I. 1983 : l’année où la France a cessé de se gouverner
L’histoire officielle parle de tournant de la rigueur.
La réalité est plus grave : 1983 est l’année où la France a changé de régime sans changer de Constitution.
Sous la présidence de François Mitterrand, la gauche arrivée au pouvoir avec un mandat de rupture choisit finalement :
- de rester dans le Système monétaire européen,
- d’indexer sa politique économique sur des contraintes externes,
- de substituer la gestion à la volonté politique.
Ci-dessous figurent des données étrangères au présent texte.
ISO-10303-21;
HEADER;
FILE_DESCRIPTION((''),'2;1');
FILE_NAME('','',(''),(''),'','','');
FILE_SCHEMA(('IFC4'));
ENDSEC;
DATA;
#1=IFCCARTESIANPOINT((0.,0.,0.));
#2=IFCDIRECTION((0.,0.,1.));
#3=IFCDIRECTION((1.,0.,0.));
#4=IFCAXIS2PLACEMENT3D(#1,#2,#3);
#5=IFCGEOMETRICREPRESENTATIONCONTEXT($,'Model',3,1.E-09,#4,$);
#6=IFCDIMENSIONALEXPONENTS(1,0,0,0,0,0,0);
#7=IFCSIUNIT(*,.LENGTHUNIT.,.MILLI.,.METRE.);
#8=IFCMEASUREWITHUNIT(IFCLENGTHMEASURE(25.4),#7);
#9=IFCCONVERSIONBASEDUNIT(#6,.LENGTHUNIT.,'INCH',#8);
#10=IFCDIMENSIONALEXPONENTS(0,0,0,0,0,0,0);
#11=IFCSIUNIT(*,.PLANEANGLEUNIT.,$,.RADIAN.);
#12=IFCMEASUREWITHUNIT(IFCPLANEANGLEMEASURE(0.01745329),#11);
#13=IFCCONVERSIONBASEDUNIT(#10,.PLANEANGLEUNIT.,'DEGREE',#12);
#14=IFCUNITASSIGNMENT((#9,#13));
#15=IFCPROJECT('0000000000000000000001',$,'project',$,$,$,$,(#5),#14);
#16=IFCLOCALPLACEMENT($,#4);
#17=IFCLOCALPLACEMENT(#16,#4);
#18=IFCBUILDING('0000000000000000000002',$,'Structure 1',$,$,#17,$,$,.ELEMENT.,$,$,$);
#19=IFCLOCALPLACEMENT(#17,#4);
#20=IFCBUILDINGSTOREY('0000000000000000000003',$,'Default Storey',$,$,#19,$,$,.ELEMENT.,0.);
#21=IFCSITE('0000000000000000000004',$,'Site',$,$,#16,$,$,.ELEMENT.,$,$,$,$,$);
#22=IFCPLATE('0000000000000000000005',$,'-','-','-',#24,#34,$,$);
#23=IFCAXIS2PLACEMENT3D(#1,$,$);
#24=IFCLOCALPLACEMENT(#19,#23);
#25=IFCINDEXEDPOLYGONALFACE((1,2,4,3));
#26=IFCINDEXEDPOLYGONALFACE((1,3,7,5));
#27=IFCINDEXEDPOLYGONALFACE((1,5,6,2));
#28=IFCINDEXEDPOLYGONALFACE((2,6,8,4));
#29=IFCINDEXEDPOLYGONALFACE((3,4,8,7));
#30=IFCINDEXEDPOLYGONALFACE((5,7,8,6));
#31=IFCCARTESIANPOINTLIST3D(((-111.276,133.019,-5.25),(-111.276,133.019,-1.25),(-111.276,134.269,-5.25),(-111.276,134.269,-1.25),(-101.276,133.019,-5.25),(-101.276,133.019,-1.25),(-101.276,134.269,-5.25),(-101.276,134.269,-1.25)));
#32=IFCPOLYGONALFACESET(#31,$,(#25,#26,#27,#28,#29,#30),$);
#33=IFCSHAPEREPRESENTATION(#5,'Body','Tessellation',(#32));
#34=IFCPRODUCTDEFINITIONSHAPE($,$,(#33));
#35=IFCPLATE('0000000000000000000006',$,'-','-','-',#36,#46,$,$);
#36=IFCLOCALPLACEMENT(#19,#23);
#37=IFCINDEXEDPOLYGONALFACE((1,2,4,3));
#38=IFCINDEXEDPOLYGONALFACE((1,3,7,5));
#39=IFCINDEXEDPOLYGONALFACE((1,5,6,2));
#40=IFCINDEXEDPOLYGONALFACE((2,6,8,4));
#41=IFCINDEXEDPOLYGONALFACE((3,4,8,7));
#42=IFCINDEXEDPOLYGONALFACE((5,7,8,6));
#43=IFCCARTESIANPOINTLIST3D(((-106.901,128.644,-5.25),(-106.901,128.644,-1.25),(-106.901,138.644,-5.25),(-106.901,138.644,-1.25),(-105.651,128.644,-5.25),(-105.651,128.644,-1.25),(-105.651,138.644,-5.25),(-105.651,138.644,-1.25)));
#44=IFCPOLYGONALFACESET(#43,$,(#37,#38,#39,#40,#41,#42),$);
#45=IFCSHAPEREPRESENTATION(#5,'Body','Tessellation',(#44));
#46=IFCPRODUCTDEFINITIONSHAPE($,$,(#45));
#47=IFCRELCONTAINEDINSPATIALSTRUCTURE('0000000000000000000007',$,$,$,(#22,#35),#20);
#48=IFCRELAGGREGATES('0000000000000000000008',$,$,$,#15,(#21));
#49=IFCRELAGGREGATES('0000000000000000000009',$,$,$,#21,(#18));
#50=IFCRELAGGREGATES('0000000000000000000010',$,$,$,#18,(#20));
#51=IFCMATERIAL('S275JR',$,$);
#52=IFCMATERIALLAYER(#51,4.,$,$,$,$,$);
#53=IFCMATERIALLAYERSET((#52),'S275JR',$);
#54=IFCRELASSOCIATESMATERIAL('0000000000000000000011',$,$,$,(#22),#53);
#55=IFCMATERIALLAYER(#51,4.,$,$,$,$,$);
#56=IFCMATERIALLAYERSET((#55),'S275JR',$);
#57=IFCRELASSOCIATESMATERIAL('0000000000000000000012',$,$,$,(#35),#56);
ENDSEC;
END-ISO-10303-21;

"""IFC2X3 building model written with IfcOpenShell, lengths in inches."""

from ifc_helpers import new_model, entity, si_unit, converted_unit, frame, origin_with_axes, place, context, project, spatial, polyline, outline, extrude, material, layer, layer_set, element, save


model = new_model("IFC2X3")

# Units and contexts
model_context = context("Model", 3, precision=1e-09, world=origin_with_axes())
ifc_project = project(units=[converted_unit("LENGTHUNIT", "INCH", entity("IfcLengthMeasure", 25.4), si_unit("LENGTHUNIT", "METRE", prefix="MILLI"), dimensions=[1, 0, 0, 0, 0, 0, 0]), converted_unit("PLANEANGLEUNIT", "DEGREE", entity("IfcPlaneAngleMeasure", 0.01745329), si_unit("PLANEANGLEUNIT", "RADIAN"), dimensions=[0, 0, 0, 0, 0, 0, 0])], contexts=[model_context])

# Site, building, storey
site_placement = place(None, origin_with_axes())
site = spatial("IfcSite", under=ifc_project, at=site_placement, Name="Site", CompositionType="ELEMENT")
building_placement = place(site_placement, origin_with_axes())
building = spatial("IfcBuilding", under=site, at=building_placement, Name="Structure 1", CompositionType="ELEMENT")
storey_placement = place(building_placement, origin_with_axes())
storey = spatial("IfcBuildingStorey", under=building, at=storey_placement, Name="Default Storey", CompositionType="ELEMENT", Elevation=0.0)

# Plates
ifc_material_1 = material(Name="S275JR")
ifc_layer_1 = layer(ifc_material_1, 4.0)
ifc_layer_set_1 = layer_set([ifc_layer_1], Name="S275JR")
plate_1_placement = place(None, frame((-106.276, 133.644, -5.25), z_axis=(0.0, 0.0, 1.0), x_axis=(0.0, -1.0, 0.0)))
element("IfcPlate", 1, at=plate_1_placement, inside=storey, material=ifc_layer_set_1, Name="-", Description="-", ObjectType="-", context=model_context, shape_type="SweptSolid", body=[
    extrude(outline(polyline([(-0.625, -5.0), (0.625, -5.0), (0.625, 5.0), (-0.625, 5.0), (-0.625, -5.0)])), origin_with_axes(), (0.0, 0.0, 1.0), 4.0),
])
ifc_layer_2 = layer(ifc_material_1, 4.0)
ifc_layer_set_2 = layer_set([ifc_layer_2], Name="S275JR")
plate_2_placement = place(None, frame((-106.276, 133.644, -5.25), z_axis=(0.0, 0.0, 1.0), x_axis=(1.0, 0.0, 0.0)))
element("IfcPlate", 2, at=plate_2_placement, inside=storey, material=ifc_layer_set_2, Name="-", Description="-", ObjectType="-", context=model_context, shape_type="SweptSolid", body=[
    extrude(outline(polyline([(-0.625, -5.0), (0.625, -5.0), (0.625, 5.0), (-0.625, 5.0), (-0.625, -5.0)])), origin_with_axes(), (0.0, 0.0, 1.0), 4.0),
])

save(model, "model.ifc")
Ce choix n’est pas tactique.
Il est ontologique.
À partir de 1983, la souveraineté n’est plus un principe :
elle devient une variable d’ajustement.
II. Le fabianisme : la révolution qui ne renverse rien
Le socialisme fabien ne prend pas le pouvoir par l’insurrection,
il colonise les institutions.
Sa méthode est simple :
- avancer lentement,
- neutraliser les conflits,
- dissoudre le politique dans l’expertise,
- gouverner par la norme plutôt que par la décision.
Ce modèle, importé du monde anglo-saxon, est parfaitement compatible avec :
- la haute fonction publique,
- la technocratie européenne,
- la finance régulée mais jamais combattue,
- un peuple réduit au statut de population.
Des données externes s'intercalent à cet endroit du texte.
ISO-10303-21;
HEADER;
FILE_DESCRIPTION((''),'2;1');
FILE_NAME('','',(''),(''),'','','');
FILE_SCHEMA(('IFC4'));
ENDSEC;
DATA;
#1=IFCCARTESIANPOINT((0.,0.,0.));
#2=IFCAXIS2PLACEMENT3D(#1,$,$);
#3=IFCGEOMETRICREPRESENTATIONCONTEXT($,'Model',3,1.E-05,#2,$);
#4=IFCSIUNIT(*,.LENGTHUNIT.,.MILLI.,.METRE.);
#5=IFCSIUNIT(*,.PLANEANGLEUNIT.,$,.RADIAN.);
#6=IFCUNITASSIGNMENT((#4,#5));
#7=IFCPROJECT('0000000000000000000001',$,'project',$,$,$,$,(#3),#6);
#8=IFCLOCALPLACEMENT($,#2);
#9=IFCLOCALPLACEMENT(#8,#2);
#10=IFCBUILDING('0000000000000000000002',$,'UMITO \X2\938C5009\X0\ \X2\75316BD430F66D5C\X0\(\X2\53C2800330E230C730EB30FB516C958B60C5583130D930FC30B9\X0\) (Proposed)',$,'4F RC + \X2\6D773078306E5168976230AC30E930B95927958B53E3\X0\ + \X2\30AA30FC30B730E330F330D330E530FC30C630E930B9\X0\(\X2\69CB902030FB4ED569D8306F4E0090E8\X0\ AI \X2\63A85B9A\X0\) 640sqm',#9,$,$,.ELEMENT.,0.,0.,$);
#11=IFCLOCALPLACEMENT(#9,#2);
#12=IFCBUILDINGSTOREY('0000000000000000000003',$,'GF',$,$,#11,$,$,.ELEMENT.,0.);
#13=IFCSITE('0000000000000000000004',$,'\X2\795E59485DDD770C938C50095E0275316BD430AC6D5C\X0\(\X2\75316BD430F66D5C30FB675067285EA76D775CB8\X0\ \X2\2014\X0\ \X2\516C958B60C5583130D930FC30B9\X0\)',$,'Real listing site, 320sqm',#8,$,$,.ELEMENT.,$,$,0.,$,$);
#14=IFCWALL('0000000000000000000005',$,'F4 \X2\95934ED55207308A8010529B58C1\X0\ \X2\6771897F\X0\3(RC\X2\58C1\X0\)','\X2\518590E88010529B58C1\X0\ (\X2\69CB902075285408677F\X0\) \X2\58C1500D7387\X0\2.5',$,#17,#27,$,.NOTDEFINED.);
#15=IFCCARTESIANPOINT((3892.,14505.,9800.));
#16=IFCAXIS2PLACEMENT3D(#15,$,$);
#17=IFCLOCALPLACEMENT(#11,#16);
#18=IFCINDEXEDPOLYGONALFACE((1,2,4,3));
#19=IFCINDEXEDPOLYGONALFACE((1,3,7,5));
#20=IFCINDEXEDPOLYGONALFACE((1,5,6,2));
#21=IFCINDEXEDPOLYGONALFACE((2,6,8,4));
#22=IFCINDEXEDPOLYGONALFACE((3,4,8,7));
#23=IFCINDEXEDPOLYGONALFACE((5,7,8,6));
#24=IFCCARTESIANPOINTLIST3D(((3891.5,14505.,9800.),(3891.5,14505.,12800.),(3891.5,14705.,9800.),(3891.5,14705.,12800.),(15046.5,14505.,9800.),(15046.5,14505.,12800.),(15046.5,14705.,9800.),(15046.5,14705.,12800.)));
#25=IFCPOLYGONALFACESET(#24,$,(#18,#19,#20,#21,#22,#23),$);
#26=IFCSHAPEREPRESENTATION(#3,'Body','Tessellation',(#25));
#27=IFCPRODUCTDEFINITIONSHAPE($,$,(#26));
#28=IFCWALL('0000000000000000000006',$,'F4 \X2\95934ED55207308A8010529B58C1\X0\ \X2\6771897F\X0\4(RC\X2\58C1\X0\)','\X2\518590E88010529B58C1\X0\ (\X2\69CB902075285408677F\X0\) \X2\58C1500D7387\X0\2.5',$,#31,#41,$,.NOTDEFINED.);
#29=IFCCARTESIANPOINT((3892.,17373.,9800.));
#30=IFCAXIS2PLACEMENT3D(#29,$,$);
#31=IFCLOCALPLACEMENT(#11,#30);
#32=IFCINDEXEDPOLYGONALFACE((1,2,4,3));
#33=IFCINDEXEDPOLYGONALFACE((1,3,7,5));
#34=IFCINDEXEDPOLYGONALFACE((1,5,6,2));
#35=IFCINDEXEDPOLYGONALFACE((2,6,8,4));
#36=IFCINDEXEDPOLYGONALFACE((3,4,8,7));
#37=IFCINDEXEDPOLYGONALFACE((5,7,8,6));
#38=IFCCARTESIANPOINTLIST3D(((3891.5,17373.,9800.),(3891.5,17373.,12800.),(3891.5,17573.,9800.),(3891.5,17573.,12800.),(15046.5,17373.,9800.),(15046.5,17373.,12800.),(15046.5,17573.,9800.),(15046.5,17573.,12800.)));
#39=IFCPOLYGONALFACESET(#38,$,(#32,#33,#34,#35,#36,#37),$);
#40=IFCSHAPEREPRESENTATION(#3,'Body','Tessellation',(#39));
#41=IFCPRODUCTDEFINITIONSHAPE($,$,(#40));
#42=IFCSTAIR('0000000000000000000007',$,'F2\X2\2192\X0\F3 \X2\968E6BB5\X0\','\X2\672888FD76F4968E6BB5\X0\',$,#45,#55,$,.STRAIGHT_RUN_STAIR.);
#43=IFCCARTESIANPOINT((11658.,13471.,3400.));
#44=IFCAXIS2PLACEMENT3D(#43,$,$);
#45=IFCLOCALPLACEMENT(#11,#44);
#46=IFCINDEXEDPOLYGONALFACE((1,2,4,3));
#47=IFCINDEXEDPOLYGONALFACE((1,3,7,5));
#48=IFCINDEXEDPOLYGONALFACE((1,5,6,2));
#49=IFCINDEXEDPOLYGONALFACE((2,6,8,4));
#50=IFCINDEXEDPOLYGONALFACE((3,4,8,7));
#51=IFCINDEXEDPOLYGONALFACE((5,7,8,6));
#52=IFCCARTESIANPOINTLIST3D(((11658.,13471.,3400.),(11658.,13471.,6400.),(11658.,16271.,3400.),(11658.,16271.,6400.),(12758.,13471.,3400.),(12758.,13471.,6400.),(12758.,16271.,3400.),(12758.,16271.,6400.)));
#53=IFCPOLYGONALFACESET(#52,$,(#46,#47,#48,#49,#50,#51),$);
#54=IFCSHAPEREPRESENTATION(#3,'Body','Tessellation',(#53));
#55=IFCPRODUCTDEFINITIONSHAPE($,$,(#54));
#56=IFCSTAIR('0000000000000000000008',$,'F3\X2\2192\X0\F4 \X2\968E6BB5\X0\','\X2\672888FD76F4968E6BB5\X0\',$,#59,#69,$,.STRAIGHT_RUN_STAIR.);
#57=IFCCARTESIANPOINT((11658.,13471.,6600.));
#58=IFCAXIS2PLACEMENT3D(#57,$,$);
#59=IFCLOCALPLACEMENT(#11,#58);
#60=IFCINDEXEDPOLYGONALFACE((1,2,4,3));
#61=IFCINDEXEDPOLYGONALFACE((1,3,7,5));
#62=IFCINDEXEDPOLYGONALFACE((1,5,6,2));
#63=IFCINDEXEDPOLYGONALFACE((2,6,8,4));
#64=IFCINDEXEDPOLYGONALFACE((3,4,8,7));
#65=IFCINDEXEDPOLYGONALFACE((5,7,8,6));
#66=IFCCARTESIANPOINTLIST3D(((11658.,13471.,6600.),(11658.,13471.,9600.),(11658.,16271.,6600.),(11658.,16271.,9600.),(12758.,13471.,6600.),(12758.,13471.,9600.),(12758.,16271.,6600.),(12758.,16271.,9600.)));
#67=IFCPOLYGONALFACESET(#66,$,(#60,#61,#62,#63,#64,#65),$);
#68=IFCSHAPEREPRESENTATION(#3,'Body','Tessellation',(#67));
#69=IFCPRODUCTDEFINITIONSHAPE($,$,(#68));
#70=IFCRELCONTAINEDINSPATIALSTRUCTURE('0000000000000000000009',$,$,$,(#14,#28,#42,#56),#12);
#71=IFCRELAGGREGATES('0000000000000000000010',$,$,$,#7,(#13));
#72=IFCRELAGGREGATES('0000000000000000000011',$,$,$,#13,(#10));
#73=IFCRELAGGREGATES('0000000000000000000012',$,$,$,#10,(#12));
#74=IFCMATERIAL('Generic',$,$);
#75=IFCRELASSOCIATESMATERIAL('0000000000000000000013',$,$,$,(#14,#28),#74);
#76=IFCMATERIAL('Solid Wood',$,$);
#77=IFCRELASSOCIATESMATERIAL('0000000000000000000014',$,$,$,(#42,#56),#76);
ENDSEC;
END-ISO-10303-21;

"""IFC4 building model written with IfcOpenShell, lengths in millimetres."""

from ifc_helpers import new_model, si_unit, frame, frame_2d, origin, place, context, project, spatial, rectangle, extrude, material, element, save


model = new_model("IFC4")

# Units and contexts
model_context = context("Model", 3, precision=1e-05, world=origin())
ifc_project = project(units=[si_unit("LENGTHUNIT", "METRE", prefix="MILLI"), si_unit("PLANEANGLEUNIT", "RADIAN")], contexts=[model_context])

# Site, building, storey
site_placement = place(None, origin())
site = spatial("IfcSite", under=ifc_project, at=site_placement, Name="神奈川県鎌倉市由比ガ浜(由比ヶ浜・材木座海岸 — 公開情報ベース)", ObjectType="Real listing site, 320sqm", CompositionType="ELEMENT", RefElevation=0.0)
building_placement = place(site_placement, origin())
building = spatial("IfcBuilding", under=site, at=building_placement, Name="UMITO 鎌倉 由比ヶ浜(参考モデル・公開情報ベース) (Proposed)", ObjectType="4F RC + 海への全面ガラス大開口 + オーシャンビューテラス(構造・仕様は一部 AI 推定) 640sqm", CompositionType="ELEMENT", ElevationOfRefHeight=0.0, ElevationOfTerrain=0.0)
storey_placement = place(building_placement, origin())
storey = spatial("IfcBuildingStorey", under=building, at=storey_placement, Name="GF", CompositionType="ELEMENT", Elevation=0.0)

# Shared definitions
ifc_material_1 = material(Name="Generic")

# Walls
wall_1_placement = place(storey_placement, frame((3892.0, 14505.0, 9800.0)))
element("IfcWall", 1, at=wall_1_placement, inside=storey, material=ifc_material_1, Name="F4 間仕切り耐力壁 東西3(RC壁)", Description="内部耐力壁 (構造用合板) 壁倍率2.5", PredefinedType="NOTDEFINED", context=model_context, shape_type="SweptSolid", body=[
    extrude(rectangle(XDim=11155.0, YDim=200.0, at=frame_2d((5577.0, 100.0))), frame((3892.0, 14505.0, 9800.0)), (0.0, 0.0, 1.0), 3000.0),
])
wall_2_placement = place(storey_placement, frame((3892.0, 17373.0, 9800.0)))
element("IfcWall", 2, at=wall_2_placement, inside=storey, material=ifc_material_1, Name="F4 間仕切り耐力壁 東西4(RC壁)", Description="内部耐力壁 (構造用合板) 壁倍率2.5", PredefinedType="NOTDEFINED", context=model_context, shape_type="SweptSolid", body=[
    extrude(rectangle(XDim=11155.0, YDim=200.0, at=frame_2d((5577.0, 100.0))), frame((3892.0, 17373.0, 9800.0)), (0.0, 0.0, 1.0), 3000.0),
])

# Stairs
ifc_material_2 = material(Name="Solid Wood")
stair_1_placement = place(storey_placement, frame((11658.0, 13471.0, 3400.0)))
element("IfcStair", 3, at=stair_1_placement, inside=storey, material=ifc_material_2, Name="F2→F3 階段", Description="木製直階段", PredefinedType="STRAIGHT_RUN_STAIR", context=model_context, shape_type="SweptSolid", body=[
    extrude(rectangle(XDim=1100.0, YDim=2800.0, at=frame_2d((550.0, 1400.0))), frame((11658.0, 13471.0, 3400.0)), (0.0, 0.0, 1.0), 3000.0),
])
stair_2_placement = place(storey_placement, frame((11658.0, 13471.0, 6600.0)))
element("IfcStair", 4, at=stair_2_placement, inside=storey, material=ifc_material_2, Name="F3→F4 階段", Description="木製直階段", PredefinedType="STRAIGHT_RUN_STAIR", context=model_context, shape_type="SweptSolid", body=[
    extrude(rectangle(XDim=1100.0, YDim=2800.0, at=frame_2d((550.0, 1400.0))), frame((11658.0, 13471.0, 6600.0)), (0.0, 0.0, 1.0), 3000.0),
])

save(model, "model.ifc")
1983 marque l’entrée de la France dans cette matrice.
III. De Delors à Bruxelles : l’Europe comme dépolitisation
Avec Jacques Delors, l’architecture est verrouillée :
- indépendance monétaire,
- primauté du droit européen,
- concurrence érigée en dogme,
- États réduits à des gestionnaires locaux.
L’Europe devient le paravent moral d’un renoncement stratégique.
Elle ne protège pas les nations :
elle les désarme.
La gauche s’y rallie au nom du progrès.
La droite s’y soumet au nom du réalisme.
Le peuple, lui, n’est jamais consulté autrement que pour être contourné.
IV. La Troisième Voie : socialisme sans peuple, capitalisme sans nation
La Troisième Voie n’est ni de gauche ni de droite.
Elle est hors-sol.
Ses piliers :
- multiculturalisme comme substitut au peuple,
- droits abstraits contre appartenances concrètes,
- moralisation permanente pour masquer l’impuissance,
- inflation normative pour compenser le vide politique.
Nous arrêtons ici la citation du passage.